# Exercise details
Write out each line of the records that has "Profile" in it.

Stored items
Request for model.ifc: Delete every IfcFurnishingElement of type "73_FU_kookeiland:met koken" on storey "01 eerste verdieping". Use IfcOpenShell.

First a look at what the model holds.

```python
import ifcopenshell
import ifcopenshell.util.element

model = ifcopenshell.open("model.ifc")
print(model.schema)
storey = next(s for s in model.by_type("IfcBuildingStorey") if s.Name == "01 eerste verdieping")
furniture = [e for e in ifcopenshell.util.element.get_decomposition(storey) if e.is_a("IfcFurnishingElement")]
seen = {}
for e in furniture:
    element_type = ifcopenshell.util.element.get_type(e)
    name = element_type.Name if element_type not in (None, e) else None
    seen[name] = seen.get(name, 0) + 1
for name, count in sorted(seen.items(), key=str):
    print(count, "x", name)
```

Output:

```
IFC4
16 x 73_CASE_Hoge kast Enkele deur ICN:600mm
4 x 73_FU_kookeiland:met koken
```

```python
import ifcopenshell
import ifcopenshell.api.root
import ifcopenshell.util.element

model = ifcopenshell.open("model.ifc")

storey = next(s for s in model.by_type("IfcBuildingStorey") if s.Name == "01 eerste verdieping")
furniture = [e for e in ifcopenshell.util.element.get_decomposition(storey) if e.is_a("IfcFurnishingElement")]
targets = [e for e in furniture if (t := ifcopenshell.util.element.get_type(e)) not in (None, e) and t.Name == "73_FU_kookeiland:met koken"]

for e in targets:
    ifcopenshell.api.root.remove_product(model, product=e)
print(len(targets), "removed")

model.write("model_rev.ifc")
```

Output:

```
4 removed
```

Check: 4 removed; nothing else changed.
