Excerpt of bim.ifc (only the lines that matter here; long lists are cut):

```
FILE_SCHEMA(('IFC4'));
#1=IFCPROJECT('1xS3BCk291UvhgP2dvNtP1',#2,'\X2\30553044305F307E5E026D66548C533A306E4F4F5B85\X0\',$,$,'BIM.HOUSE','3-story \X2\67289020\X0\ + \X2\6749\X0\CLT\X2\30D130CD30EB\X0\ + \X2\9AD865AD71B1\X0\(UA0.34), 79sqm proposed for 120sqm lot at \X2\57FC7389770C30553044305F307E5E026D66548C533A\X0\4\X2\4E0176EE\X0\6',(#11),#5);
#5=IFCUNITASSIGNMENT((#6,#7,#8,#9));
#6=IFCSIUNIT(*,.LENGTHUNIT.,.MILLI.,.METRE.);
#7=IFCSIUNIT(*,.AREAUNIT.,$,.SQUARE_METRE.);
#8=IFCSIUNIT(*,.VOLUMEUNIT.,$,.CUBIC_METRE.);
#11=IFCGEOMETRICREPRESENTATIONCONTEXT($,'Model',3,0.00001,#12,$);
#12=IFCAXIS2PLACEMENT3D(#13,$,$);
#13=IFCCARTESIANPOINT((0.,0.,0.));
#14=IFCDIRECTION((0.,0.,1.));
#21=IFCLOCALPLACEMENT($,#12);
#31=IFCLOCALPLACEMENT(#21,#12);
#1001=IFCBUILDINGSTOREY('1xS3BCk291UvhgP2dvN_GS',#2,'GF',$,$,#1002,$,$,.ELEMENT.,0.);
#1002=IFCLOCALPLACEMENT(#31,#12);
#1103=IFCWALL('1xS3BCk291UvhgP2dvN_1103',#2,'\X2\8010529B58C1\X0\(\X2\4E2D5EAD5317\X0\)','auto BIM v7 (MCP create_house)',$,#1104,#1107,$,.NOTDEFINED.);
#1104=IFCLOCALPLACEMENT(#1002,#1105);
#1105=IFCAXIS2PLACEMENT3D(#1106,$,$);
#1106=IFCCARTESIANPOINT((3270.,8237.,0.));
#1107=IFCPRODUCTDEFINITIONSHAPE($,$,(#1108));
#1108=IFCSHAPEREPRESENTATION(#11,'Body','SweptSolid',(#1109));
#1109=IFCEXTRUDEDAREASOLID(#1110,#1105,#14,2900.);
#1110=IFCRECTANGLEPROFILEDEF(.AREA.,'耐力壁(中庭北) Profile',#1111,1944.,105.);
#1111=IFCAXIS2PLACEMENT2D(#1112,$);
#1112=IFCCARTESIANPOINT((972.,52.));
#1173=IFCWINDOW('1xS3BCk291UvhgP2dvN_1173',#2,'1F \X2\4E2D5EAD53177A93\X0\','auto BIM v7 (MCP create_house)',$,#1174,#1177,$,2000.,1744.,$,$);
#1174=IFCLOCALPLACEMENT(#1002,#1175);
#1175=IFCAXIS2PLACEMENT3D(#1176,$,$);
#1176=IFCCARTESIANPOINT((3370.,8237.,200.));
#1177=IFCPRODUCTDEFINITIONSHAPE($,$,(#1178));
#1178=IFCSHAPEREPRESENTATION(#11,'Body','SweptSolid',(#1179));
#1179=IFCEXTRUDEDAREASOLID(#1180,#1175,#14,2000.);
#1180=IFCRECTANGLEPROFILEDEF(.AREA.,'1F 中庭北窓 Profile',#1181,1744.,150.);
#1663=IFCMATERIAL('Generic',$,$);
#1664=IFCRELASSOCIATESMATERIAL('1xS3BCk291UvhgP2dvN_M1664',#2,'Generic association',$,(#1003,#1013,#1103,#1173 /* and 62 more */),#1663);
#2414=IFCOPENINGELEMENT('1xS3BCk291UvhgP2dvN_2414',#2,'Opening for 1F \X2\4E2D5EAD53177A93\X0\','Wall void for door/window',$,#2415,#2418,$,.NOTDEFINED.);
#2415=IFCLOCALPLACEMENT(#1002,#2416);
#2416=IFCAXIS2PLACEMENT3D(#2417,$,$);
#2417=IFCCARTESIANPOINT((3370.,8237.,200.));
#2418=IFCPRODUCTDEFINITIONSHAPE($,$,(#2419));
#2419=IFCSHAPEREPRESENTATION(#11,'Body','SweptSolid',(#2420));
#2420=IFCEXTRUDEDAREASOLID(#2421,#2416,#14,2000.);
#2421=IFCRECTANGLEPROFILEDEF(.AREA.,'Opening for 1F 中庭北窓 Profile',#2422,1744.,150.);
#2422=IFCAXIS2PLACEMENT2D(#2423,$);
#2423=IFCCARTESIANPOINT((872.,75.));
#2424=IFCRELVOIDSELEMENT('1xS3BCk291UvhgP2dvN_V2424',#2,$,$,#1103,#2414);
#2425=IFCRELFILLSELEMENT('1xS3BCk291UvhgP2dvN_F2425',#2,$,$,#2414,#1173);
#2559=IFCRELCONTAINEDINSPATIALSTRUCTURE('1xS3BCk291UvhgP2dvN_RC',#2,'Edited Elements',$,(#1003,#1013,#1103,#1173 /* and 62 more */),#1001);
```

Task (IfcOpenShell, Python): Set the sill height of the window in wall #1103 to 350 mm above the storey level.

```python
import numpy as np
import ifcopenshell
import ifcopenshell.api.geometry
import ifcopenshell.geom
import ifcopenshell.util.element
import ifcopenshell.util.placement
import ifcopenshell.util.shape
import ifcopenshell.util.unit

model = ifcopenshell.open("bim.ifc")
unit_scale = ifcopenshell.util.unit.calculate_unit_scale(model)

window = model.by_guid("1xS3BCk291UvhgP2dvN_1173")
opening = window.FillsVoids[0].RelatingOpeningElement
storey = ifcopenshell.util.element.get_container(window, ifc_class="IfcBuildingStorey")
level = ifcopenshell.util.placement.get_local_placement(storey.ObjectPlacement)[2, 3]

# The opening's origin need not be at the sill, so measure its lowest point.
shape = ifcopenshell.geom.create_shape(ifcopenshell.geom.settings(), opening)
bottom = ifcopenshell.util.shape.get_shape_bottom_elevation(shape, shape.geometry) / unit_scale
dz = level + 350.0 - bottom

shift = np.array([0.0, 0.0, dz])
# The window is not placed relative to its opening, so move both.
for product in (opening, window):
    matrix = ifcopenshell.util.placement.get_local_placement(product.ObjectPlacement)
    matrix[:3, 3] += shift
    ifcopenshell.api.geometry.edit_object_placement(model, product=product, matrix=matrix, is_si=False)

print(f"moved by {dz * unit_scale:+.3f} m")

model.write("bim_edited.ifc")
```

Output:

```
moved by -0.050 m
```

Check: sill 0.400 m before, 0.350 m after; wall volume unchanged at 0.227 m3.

# Solution
#1110=IFCRECTANGLEPROFILEDEF(.AREA.,'耐力壁(中庭北) Profile',#1111,1944.,105.);
#1180=IFCRECTANGLEPROFILEDEF(.AREA.,'1F 中庭北窓 Profile',#1181,1744.,150.);
#2421=IFCRECTANGLEPROFILEDEF(.AREA.,'Opening for 1F 中庭北窓 Profile',#2422,1744.,150.);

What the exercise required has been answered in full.